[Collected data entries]

------------------------------------------------------------------------

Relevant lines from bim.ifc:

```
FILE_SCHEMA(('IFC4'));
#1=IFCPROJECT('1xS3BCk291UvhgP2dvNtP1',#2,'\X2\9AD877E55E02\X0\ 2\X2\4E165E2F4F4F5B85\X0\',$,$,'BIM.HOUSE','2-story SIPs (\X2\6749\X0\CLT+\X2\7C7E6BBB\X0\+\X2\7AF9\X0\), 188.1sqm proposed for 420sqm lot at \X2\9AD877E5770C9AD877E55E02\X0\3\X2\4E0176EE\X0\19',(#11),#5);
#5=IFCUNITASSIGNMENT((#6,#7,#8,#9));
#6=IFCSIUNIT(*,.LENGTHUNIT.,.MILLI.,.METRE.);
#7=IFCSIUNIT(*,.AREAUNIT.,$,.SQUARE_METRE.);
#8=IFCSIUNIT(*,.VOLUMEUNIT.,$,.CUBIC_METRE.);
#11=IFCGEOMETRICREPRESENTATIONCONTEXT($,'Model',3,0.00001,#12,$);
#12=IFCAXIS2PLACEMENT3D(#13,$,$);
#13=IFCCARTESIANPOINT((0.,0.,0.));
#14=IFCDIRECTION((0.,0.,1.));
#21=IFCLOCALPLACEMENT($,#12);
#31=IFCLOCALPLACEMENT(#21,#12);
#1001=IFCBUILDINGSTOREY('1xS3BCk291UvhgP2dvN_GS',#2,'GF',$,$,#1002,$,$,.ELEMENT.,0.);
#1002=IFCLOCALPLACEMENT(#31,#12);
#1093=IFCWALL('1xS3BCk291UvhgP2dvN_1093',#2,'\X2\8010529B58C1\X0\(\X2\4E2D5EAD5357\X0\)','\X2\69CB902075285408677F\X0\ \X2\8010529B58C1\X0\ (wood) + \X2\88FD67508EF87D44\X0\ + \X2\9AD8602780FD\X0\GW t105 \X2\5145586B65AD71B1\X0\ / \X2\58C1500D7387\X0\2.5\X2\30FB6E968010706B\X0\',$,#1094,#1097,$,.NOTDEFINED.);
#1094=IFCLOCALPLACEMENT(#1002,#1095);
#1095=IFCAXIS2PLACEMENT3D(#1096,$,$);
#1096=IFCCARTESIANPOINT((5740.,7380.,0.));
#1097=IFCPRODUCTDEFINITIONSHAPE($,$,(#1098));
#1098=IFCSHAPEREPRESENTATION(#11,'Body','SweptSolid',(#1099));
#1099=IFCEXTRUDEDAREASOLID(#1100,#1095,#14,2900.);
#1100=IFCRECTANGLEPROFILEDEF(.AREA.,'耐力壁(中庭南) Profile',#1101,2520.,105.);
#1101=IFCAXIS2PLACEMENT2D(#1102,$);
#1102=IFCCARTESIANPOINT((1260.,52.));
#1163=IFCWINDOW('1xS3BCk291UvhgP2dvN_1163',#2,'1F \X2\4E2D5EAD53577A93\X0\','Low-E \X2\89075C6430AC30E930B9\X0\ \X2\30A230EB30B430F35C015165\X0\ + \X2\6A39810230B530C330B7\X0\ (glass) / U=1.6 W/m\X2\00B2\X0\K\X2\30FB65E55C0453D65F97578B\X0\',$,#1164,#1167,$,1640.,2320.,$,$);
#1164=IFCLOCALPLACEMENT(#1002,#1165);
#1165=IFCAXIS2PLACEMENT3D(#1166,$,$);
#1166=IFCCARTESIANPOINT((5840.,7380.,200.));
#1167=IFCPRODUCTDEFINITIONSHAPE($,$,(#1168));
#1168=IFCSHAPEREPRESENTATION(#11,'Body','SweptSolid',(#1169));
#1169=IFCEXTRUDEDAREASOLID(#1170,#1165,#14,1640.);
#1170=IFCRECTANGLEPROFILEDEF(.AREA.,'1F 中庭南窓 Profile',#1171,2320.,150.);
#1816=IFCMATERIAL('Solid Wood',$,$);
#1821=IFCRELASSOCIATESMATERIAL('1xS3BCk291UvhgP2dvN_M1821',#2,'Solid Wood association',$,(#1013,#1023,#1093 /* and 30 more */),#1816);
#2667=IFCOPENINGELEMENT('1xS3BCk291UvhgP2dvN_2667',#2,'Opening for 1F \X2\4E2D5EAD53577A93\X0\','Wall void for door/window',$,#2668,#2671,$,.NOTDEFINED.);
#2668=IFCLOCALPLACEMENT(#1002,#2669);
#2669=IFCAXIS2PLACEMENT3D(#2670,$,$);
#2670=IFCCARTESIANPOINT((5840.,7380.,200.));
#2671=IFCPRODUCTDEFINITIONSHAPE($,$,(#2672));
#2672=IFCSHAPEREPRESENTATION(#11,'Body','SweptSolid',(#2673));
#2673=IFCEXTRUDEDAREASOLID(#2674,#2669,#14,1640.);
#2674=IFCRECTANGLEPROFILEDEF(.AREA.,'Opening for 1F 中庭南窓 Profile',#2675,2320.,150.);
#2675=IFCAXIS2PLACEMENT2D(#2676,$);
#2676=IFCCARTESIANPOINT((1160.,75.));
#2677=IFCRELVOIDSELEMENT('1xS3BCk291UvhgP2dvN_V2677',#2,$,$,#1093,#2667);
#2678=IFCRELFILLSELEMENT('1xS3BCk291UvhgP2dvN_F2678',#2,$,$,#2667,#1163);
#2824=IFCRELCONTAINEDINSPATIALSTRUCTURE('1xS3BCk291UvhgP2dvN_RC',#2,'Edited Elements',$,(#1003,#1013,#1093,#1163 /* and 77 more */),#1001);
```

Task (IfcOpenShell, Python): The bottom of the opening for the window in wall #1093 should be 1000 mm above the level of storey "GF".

```python
import numpy as np
import ifcopenshell
import ifcopenshell.api.geometry
import ifcopenshell.geom
import ifcopenshell.util.element
import ifcopenshell.util.placement
import ifcopenshell.util.shape
import ifcopenshell.util.unit

model = ifcopenshell.open("bim.ifc")
unit_scale = ifcopenshell.util.unit.calculate_unit_scale(model)

window = model.by_guid("1xS3BCk291UvhgP2dvN_1163")
opening = window.FillsVoids[0].RelatingOpeningElement
storey = ifcopenshell.util.element.get_container(window, ifc_class="IfcBuildingStorey")
level = ifcopenshell.util.placement.get_local_placement(storey.ObjectPlacement)[2, 3]

# The opening's origin need not be at the sill, so measure its lowest point.
shape = ifcopenshell.geom.create_shape(ifcopenshell.geom.settings(), opening)
bottom = ifcopenshell.util.shape.get_shape_bottom_elevation(shape, shape.geometry) / unit_scale
dz = level + 1000.0 - bottom

shift = np.array([0.0, 0.0, dz])
# The window is not placed relative to its opening, so move both.
for product in (opening, window):
    matrix = ifcopenshell.util.placement.get_local_placement(product.ObjectPlacement)
    matrix[:3, 3] += shift
    ifcopenshell.api.geometry.edit_object_placement(model, product=product, matrix=matrix, is_si=False)

print(f"moved by {dz * unit_scale:+.3f} m")

model.write("bim-out.ifc")
```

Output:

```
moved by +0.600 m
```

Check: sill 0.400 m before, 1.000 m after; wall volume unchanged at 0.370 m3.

------------------------------------------------------------------------

__Exercise directions__. Which lines of the data hold the string "IFCSHAPEREPRESENTATION"? Return each of them.

__Worked solution__.
#1098=IFCSHAPEREPRESENTATION(#11,'Body','SweptSolid',(#1099));
#1168=IFCSHAPEREPRESENTATION(#11,'Body','SweptSolid',(#1169));
#2672=IFCSHAPEREPRESENTATION(#11,'Body','SweptSolid',(#2673));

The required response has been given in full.